Poster viewing and lunch

28P - Rational thresholding of circulating tumor DNA copy number for early detection of disease progression in advanced metastatic breast cancer (ID 248)

Lecture Time
12:15 - 12:15
Session Name
Poster viewing and lunch
Room
Exhibition area
Date
Fri, 12.05.2023
Time
12:15 - 13:00
Speakers
  • Geert A. Martens (Roeselare, Belgium)
Authors
  • Geert A. Martens (Roeselare, Belgium)
  • Jan Demol (Roeselare, Belgium)
  • Franceska Dedeurwaerdere (Roeselare, Belgium)
  • Kristof De Smet (Roeselare, Belgium)
  • Peter De Jaeger (Roeselare, Belgium)
  • Dieter De Smet (Roeselare, Belgium)

Abstract

Background

Circulating tumor DNA (ctDNA) is promising as tumor-specific marker for progression surveillance in metastatic cancer. Our aim was to investigate the diagnostic power of ctDNA level for disease progression in metastatic breast cancer and to propose rationally selected ctDNA level thresholds with clinical validity.

Methods

This prospective single-center observational study conducted from July 1, 2019 to December 1, 2021, recruited 136 subjects with metastatic breast cancer for sequencing of their primary tumor in search of PIKC3A variants amenable for monitoring by droplet digital PCR. This interim analysis reports on 265 on-treatment samples from 19 subjects with PIK3CA variants H1047R or E545K. Subjects were sampled every 3-5 weeks with median follow-up of 85 (13-125) weeks and median of 14 (2-29) ctDNA time points per subject. The primary outcome was progression free survival. ROC analysis and logistic regression was performed to investigate the diagnostic power of quantitative ctDNA analysis and CA15-3 to predict progression within 12 weeks from each sampling time point. Likelihood ratios were used for rational selection of ctDNA result intervals.

Results

ctDNA level (AUC: 0.856; 95% CI 0.807-0.897)) outperformed CA15-3 (AUC: 0.737; 95% CI 0.663-0.801, P<0.001) to predict progression within 12 weeks. ctDNA level below 10 mutant copies/mL were reassuring while levels above 100 copies/mL predicted 64% of progressions earlier with median (IQR) lead time of 10 (8-20) weeks versus standard of care. Logistic regression analysis indicated complementary value of ctDNA level and the presence of two consecutive rises of CA15-3, resulting in a derived risk score with AUC of 0.908 (95% CI 0.854-0.947). A risk score < 0.15 and > 0.25 achieved 93% (95%CI 87%-96%) and 82% (95% CI 71%-90%) negative and positive predictive values respectively, resulting in a clinically informative result in 89% of blood draws.

Conclusions

Intensive quantitative ctDNA monitoring shows clinical validity for improved surveillance of disease progression in metastatic breast cancer and has potential for risk-informed scheduling of standard clinical care.

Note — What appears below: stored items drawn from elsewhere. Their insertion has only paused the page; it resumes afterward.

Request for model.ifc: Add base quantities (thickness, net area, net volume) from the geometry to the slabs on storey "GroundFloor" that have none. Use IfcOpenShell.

First a look at what the model holds.

```python
import ifcopenshell
import ifcopenshell.util.element
import ifcopenshell.util.unit

model = ifcopenshell.open("model.ifc")
print(model.schema)
for unit_type in ("LENGTHUNIT", "AREAUNIT", "VOLUMEUNIT"):
    print(unit_type, ifcopenshell.util.unit.calculate_unit_scale(model, unit_type))
storey = next(s for s in model.by_type("IfcBuildingStorey") if s.Name == "GroundFloor")
slabs = [e for e in ifcopenshell.util.element.get_decomposition(storey) if e.is_a("IfcSlab")]
for e in sorted(slabs, key=lambda e: e.id()):
    print(e.id(), e.is_a(), e.Name, list(ifcopenshell.util.element.get_psets(e, qtos_only=True)), sep=" | ")
```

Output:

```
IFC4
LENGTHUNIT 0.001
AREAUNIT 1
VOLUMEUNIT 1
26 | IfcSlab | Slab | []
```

```python
import ifcopenshell
import ifcopenshell.api.pset
import ifcopenshell.geom
import ifcopenshell.util.element
import ifcopenshell.util.shape
import ifcopenshell.util.unit

model = ifcopenshell.open("model.ifc")
unit_scale = ifcopenshell.util.unit.calculate_unit_scale(model)
area_scale = ifcopenshell.util.unit.calculate_unit_scale(model, "AREAUNIT")
volume_scale = ifcopenshell.util.unit.calculate_unit_scale(model, "VOLUMEUNIT")
settings = ifcopenshell.geom.settings()

storey = next(s for s in model.by_type("IfcBuildingStorey") if s.Name == "GroundFloor")
slabs = [e for e in ifcopenshell.util.element.get_decomposition(storey) if e.is_a("IfcSlab")]

for e in sorted(slabs, key=lambda e: e.id()):
    if ifcopenshell.util.element.get_psets(e, qtos_only=True, should_inherit=False):
        continue
    # Geometry comes back in metres, in the element's own axes.
    shape = ifcopenshell.geom.create_shape(settings, e)
    values = {
        "Width": ifcopenshell.util.shape.get_z(shape.geometry) / unit_scale,
        "NetArea": ifcopenshell.util.shape.get_footprint_area(shape.geometry) / area_scale,
        "NetVolume": ifcopenshell.util.shape.get_volume(shape.geometry) / volume_scale,
    }
    qto = ifcopenshell.api.pset.add_qto(model, product=e, name="Qto_SlabBaseQuantities")
    ifcopenshell.api.pset.edit_qto(model, qto=qto, properties=values)
    print(e.id(), {k: round(v, 3) for k, v in values.items()})

model.write("model_edited.ifc")
```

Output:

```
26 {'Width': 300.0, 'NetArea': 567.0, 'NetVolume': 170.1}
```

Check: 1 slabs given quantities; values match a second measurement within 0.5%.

Clinical trial identification

Clinical Trial Number: B117201939334, AZ Delta General Hospital

Legal entity responsible for the study

The authors.

Funding

AstraZeneca (investigator-initiated grant, ESR-18-13805, PrecisionTrack: DNA sequencing of breast cancers for precision therapy and molecular monitoring.

Disclosure

All authors have declared no conflicts of interest.